Неосмотрительно отвечали аплодисментами

Вечер 21 января 1918-го неожиданно оказался испорченным: обещанный репертуаром спектакль отменили. И исключительно потому, что на сцену городского театра заявили претензию анархисты — они решили провести здесь свой митинг. Возмущённые зрители не покидали фойе, но антрепренёр Смоленский не растерялся и ловко переключил внимание:

— Так называемый митинг станет ярким, живым, непредсказуемым действом, с завязкой, кульминацией и развязкой. В сущности, будет разыгран фарс, и у вас есть возможность его посмотреть, причём совершенно бесплатно. Проходите на любые места и получайте удовольствие!

Самые респектабельные заняли ложи бенуара и бельэтажа, а зрители классом ниже устремились в партер. Анархисты не рассчитывали на такое внимание, но были явно польщены и, эффектно расположившись на сцене, принялись рассуждать, «как половчее отобрать у буржуев награбленное». Публику забавляла их непосредственность, и каждый новый пассаж встречался аплодисментами, смехом; особенно веселились в ложах.

Формальным предлогом для митинга стал смертный приговор, вынесенный американским правительством анархисту Томасу Муни. Но о нём и не вспомнили в этот вечер, сосредоточившись на любимой теме — экспроприации. «Артисты» эффектно расхаживали по сцене, вдохновенно импровизировали и ждали в ответ заслуженных «Браво!», «Брависсимо!» А после финального — «Грозный рык пятнадцати тысяч черемховцев скоро дойдёт до Иркутска!» — первые ряды поднялись, а за ними поднялся и весь партер, и бельэтаж, и ярусы.

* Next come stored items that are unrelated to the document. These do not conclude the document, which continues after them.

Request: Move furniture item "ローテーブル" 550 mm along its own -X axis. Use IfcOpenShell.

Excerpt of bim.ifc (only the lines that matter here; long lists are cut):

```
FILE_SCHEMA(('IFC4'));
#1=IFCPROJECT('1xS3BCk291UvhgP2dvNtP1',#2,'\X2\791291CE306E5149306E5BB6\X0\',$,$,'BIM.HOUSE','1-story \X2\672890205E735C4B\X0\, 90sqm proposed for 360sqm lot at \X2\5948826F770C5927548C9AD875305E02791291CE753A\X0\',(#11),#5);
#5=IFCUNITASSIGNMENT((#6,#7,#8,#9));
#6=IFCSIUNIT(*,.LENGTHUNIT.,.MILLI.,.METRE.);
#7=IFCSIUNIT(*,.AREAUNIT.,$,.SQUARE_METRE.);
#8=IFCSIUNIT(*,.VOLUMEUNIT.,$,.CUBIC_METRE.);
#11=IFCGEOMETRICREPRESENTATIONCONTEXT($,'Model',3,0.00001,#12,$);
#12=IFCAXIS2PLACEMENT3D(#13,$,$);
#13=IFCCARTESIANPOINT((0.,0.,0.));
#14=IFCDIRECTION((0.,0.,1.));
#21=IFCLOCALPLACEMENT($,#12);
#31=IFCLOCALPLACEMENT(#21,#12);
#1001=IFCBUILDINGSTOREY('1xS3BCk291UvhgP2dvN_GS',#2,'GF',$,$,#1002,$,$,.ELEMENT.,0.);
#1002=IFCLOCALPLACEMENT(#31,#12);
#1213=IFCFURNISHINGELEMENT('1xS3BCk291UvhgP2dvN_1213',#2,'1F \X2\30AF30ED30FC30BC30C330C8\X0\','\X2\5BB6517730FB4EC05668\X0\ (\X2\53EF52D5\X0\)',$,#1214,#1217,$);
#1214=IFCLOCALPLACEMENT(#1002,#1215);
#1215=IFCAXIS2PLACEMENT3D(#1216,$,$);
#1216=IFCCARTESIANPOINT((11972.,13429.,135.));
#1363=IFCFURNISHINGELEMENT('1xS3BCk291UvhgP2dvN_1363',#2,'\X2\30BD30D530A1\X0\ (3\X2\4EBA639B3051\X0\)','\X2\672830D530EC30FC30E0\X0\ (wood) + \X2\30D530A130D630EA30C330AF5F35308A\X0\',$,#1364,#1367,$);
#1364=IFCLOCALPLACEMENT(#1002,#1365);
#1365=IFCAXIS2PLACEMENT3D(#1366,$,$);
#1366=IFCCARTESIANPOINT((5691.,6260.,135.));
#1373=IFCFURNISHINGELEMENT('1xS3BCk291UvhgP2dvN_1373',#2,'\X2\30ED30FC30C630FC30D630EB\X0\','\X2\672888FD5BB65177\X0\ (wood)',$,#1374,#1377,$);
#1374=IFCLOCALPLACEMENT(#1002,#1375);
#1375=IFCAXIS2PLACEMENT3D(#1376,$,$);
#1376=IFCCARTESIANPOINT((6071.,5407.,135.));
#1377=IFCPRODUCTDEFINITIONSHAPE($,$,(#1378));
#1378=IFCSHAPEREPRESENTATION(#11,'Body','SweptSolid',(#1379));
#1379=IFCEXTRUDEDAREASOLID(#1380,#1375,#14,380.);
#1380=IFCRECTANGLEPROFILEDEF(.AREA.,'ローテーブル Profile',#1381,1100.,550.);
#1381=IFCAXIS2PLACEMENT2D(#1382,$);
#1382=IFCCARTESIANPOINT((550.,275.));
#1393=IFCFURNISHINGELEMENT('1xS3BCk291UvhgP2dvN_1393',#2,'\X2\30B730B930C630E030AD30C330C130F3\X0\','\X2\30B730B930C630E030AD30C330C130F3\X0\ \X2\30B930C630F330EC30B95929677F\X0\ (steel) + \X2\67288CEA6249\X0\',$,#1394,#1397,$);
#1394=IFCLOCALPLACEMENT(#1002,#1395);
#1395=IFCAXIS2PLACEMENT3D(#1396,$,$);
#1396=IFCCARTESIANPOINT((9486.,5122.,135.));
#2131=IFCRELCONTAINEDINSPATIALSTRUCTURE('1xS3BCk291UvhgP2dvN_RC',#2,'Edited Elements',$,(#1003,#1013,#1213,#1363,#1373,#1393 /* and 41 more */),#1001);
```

```python
import ifcopenshell
import ifcopenshell.api.geometry
import ifcopenshell.util.placement
import ifcopenshell.util.unit

model = ifcopenshell.open("bim.ifc")
unit_scale = ifcopenshell.util.unit.calculate_unit_scale(model)

item = model.by_guid("1xS3BCk291UvhgP2dvN_1373")
matrix = ifcopenshell.util.placement.get_local_placement(item.ObjectPlacement)
matrix[:3, 3] -= matrix[:3, 0] * 0.55 / unit_scale
ifcopenshell.api.geometry.edit_object_placement(model, product=item, matrix=matrix, is_si=False)

print(ifcopenshell.util.placement.get_local_placement(item.ObjectPlacement).round(3) + 0.0)

model.write("bim_edited.ifc")
```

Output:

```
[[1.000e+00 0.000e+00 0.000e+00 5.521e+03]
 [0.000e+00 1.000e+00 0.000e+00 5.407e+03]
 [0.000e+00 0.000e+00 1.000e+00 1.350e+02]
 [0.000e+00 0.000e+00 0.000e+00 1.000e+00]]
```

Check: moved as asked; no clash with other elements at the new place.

Вряд ли кто-то заметил, что в середине «спектакля» помаячила подле сцены фигура большевика Бориса Шумяцкого, главы Центросибири. Он побуравил глазами и, мрачный, вышел. На публику и вовсе не взглянул.

Хорошо, что обиделись

В большом зале военно-топографического отдела было пусто и холодно. Сторож смотрел на Шумяцкого с недоверием и с расстановкой отвечал:

— Дров мало, вот оттого и не топлю. Во время декабрьских боёв мародёры в дом не попали, но вскрыли заднюю стенку сарая и, считай, целую сажень унесли. Сухонькую. Поколотую. Её не вернуть, так что буду топить помаленьку и через день.

— Надо, чтобы двадцать девятого было тепло. И тридцатого, и тридцать первого.

— Господа топографы мне такого распоряжения не давали!

— А оно и не требуется, когда есть приказ Комитета советских организаций.

— О таком комитете я никогда не слыхал. И приказа такого не получал!

— Так я пошлю — вместе с отрядом красногвардейцев!

— А я теперь никого не боюсь. Всякого страха лишился после того, как в декабре мою Юлию Николаевну под окном шальной пулей убило. Мои страхи в её могилке теперь.

Дурной попался старик. Злопамятный. И Шумяцкий, пригрозив напоследок, ушёл.

Он и не сомневался, конечно, что двадцать девятого января, в день открытия 2-го съезда советов Восточной Сибири у топографов будет и тепло, и светло. Куда более беспокоил состав делегатов, хоть и с ним всё не так безнадёжно. Очень кстати обиделись меньшевики и эсеры — их бойкот лишь усилит позиции большевиков. И из реальных противников останутся только делегаты-фронтовики: те и держатся очень свободно, и хорошо формулируют. Наверняка завопят, что в декабрьских боях перебили кучу гражданских и что власть не захватывать нужно, а выбирать. Но фронтовики в меньшинстве, и анархисты их зашикают, даже и просить не придётся.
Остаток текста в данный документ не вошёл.